Daarom heb ik in oktober jongstleden het Federaal Kenniscentrum gezondheidszorg belast met het uitvoeren van een studie in die zin. Op basis daarvan kunnen de regering en het Parlement dan de maatregelen nemen die het beste tegemoetkomen aan de noden van de burgers en die een efficiënt en relevant beleid van het departement Volksgezondheid mogelijk maken. Ik verwacht de resultaten van die studie tegen eind 2009 of begin 2010.
Ik wens dus resoluut in dit dossier vooruit te gaan, maar ik wil geen onaangepast antwoord geven op een vraag die voor mij belangrijk is, zodat het de moeite loont om nog enkele maanden uit te trekken om een duidelijk en actueel beeld van de situatie te krijgen.

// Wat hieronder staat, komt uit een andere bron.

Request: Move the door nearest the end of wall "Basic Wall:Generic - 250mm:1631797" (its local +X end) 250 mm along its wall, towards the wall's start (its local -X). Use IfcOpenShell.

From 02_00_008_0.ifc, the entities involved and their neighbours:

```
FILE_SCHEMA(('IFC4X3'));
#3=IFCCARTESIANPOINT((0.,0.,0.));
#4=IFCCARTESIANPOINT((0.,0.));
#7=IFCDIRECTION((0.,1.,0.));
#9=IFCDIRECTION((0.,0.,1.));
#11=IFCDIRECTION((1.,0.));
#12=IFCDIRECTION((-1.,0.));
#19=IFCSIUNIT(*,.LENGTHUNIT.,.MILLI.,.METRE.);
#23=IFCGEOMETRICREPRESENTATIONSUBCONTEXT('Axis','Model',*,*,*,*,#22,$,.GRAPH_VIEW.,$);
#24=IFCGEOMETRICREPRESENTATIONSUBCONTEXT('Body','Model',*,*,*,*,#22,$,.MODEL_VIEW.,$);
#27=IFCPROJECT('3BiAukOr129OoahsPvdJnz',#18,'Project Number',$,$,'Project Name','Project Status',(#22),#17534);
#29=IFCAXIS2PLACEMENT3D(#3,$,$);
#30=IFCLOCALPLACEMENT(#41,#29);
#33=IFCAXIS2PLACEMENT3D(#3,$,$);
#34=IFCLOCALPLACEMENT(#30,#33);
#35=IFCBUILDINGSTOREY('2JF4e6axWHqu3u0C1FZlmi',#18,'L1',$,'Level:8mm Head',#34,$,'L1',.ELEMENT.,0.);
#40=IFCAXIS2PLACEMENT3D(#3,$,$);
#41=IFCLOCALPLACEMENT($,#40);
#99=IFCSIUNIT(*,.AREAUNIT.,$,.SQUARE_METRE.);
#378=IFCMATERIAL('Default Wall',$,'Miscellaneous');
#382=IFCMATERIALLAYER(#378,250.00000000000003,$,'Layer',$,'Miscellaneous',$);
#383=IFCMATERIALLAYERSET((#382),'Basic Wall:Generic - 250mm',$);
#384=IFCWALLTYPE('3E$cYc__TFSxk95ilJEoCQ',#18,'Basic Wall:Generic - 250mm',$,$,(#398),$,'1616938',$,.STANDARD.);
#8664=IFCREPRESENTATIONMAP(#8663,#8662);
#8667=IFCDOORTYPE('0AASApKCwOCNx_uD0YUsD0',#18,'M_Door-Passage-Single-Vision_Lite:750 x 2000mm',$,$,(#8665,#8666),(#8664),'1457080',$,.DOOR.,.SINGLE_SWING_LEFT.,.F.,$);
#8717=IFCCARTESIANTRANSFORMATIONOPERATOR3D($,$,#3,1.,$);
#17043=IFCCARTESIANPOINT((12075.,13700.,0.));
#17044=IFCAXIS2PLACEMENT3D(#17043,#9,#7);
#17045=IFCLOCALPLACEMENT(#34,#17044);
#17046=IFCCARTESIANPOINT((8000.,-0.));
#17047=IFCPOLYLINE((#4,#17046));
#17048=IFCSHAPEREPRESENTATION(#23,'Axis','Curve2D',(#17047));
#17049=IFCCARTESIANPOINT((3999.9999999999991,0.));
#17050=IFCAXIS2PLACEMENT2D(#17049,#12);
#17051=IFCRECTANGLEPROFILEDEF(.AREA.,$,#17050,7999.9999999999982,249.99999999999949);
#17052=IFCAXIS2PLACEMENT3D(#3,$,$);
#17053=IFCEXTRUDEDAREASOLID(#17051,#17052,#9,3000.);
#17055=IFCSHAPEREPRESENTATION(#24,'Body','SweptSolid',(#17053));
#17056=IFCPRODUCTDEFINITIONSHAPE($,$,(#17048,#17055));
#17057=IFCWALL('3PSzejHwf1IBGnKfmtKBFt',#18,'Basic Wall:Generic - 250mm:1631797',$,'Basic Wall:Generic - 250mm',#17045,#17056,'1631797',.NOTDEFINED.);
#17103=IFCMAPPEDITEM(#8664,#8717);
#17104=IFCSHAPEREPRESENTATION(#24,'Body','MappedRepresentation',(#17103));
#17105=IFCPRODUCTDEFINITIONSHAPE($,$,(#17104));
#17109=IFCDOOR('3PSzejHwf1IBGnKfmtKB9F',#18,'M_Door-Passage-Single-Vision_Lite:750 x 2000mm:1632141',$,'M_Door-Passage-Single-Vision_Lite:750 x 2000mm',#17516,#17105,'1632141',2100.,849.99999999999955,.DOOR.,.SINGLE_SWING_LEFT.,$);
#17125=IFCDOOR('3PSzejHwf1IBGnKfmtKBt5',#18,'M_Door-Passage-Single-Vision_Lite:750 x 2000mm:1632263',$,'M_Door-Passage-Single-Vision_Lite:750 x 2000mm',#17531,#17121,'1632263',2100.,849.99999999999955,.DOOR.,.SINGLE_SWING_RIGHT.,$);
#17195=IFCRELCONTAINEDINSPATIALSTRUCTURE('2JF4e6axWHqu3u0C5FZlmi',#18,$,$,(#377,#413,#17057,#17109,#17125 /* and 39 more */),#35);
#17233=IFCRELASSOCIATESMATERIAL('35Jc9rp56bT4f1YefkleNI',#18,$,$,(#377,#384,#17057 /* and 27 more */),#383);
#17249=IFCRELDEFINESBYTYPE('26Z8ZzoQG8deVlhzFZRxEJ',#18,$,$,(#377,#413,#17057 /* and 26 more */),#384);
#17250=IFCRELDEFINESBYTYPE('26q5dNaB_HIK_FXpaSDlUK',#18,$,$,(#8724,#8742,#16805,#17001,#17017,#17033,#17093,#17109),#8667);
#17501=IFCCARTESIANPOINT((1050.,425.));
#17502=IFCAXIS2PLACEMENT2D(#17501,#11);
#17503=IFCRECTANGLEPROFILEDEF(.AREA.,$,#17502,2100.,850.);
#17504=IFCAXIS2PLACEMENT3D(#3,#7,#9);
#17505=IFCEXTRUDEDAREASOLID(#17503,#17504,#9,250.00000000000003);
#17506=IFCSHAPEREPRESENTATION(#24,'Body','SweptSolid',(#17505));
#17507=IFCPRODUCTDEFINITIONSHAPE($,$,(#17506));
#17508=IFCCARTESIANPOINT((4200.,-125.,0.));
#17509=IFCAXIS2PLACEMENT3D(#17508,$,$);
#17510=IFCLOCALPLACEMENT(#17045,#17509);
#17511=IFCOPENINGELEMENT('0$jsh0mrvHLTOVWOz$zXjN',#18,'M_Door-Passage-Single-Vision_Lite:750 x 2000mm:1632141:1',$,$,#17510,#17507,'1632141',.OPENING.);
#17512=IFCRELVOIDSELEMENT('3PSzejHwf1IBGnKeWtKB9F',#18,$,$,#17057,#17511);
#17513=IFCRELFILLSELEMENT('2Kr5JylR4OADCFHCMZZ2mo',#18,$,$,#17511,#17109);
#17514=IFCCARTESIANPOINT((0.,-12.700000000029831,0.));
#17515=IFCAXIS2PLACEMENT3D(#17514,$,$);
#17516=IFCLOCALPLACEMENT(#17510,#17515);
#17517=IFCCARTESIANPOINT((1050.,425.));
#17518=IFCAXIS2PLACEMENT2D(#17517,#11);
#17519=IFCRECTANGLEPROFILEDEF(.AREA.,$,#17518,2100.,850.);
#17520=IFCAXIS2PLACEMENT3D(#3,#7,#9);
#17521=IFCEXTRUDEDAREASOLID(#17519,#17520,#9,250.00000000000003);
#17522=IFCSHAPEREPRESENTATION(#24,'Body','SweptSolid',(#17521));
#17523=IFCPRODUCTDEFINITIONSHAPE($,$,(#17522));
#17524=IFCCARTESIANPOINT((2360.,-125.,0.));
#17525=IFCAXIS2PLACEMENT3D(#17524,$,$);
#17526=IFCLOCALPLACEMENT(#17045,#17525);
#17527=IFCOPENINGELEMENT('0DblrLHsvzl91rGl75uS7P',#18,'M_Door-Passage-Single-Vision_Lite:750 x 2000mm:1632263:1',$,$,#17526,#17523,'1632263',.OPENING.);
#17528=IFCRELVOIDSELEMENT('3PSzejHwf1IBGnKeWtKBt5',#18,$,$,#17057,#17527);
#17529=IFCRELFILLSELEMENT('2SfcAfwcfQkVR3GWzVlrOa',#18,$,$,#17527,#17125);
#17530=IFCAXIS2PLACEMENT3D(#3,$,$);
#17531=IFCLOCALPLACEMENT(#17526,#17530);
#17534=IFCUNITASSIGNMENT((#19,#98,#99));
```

```python
import ifcopenshell
import ifcopenshell.api.geometry
import ifcopenshell.util.placement
import ifcopenshell.util.unit

model = ifcopenshell.open("02_00_008_0.ifc")
unit_scale = ifcopenshell.util.unit.calculate_unit_scale(model)

door = model.by_id(17109)
opening = door.FillsVoids[0].RelatingOpeningElement
wall = opening.VoidsElements[0].RelatingBuildingElement

wall_matrix = ifcopenshell.util.placement.get_local_placement(wall.ObjectPlacement)
shift = wall_matrix[:3, 0] * -0.25 / unit_scale
before = ifcopenshell.util.placement.get_local_placement(door.ObjectPlacement)[:3, 3].copy()

# The door is placed relative to its opening, so it follows when the opening moves.
matrix = ifcopenshell.util.placement.get_local_placement(opening.ObjectPlacement)
matrix[:3, 3] += shift
ifcopenshell.api.geometry.edit_object_placement(
    model, product=opening, matrix=matrix, is_si=False, should_transform_children=True
)

after = ifcopenshell.util.placement.get_local_placement(door.ObjectPlacement)[:3, 3]
print("door moved by", (after - before).round(3) + 0.0)

model.write("02_00_008_0_updated.ifc")
```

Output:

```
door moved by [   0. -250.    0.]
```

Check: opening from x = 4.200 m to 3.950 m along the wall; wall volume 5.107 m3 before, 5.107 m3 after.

Mevrouw Marleen Temmerman (sp.a). - Het was helemaal niet mijn bedoeling om commentaar van minister Onkelinx op de gerechtelijke uitspraak te krijgen. Ik wilde alleen een vraag stellen over de planning. Het KCE maakt een studie waarvan de resultaten eind dit jaar worden verwacht. Waarom kan men inmiddels al geen registratiecommissie installeren, zodat sneller en efficiënter kan worden gewerkt? Ik hoop dat die vraag aan minister Onkelinx kan worden doorgespeeld.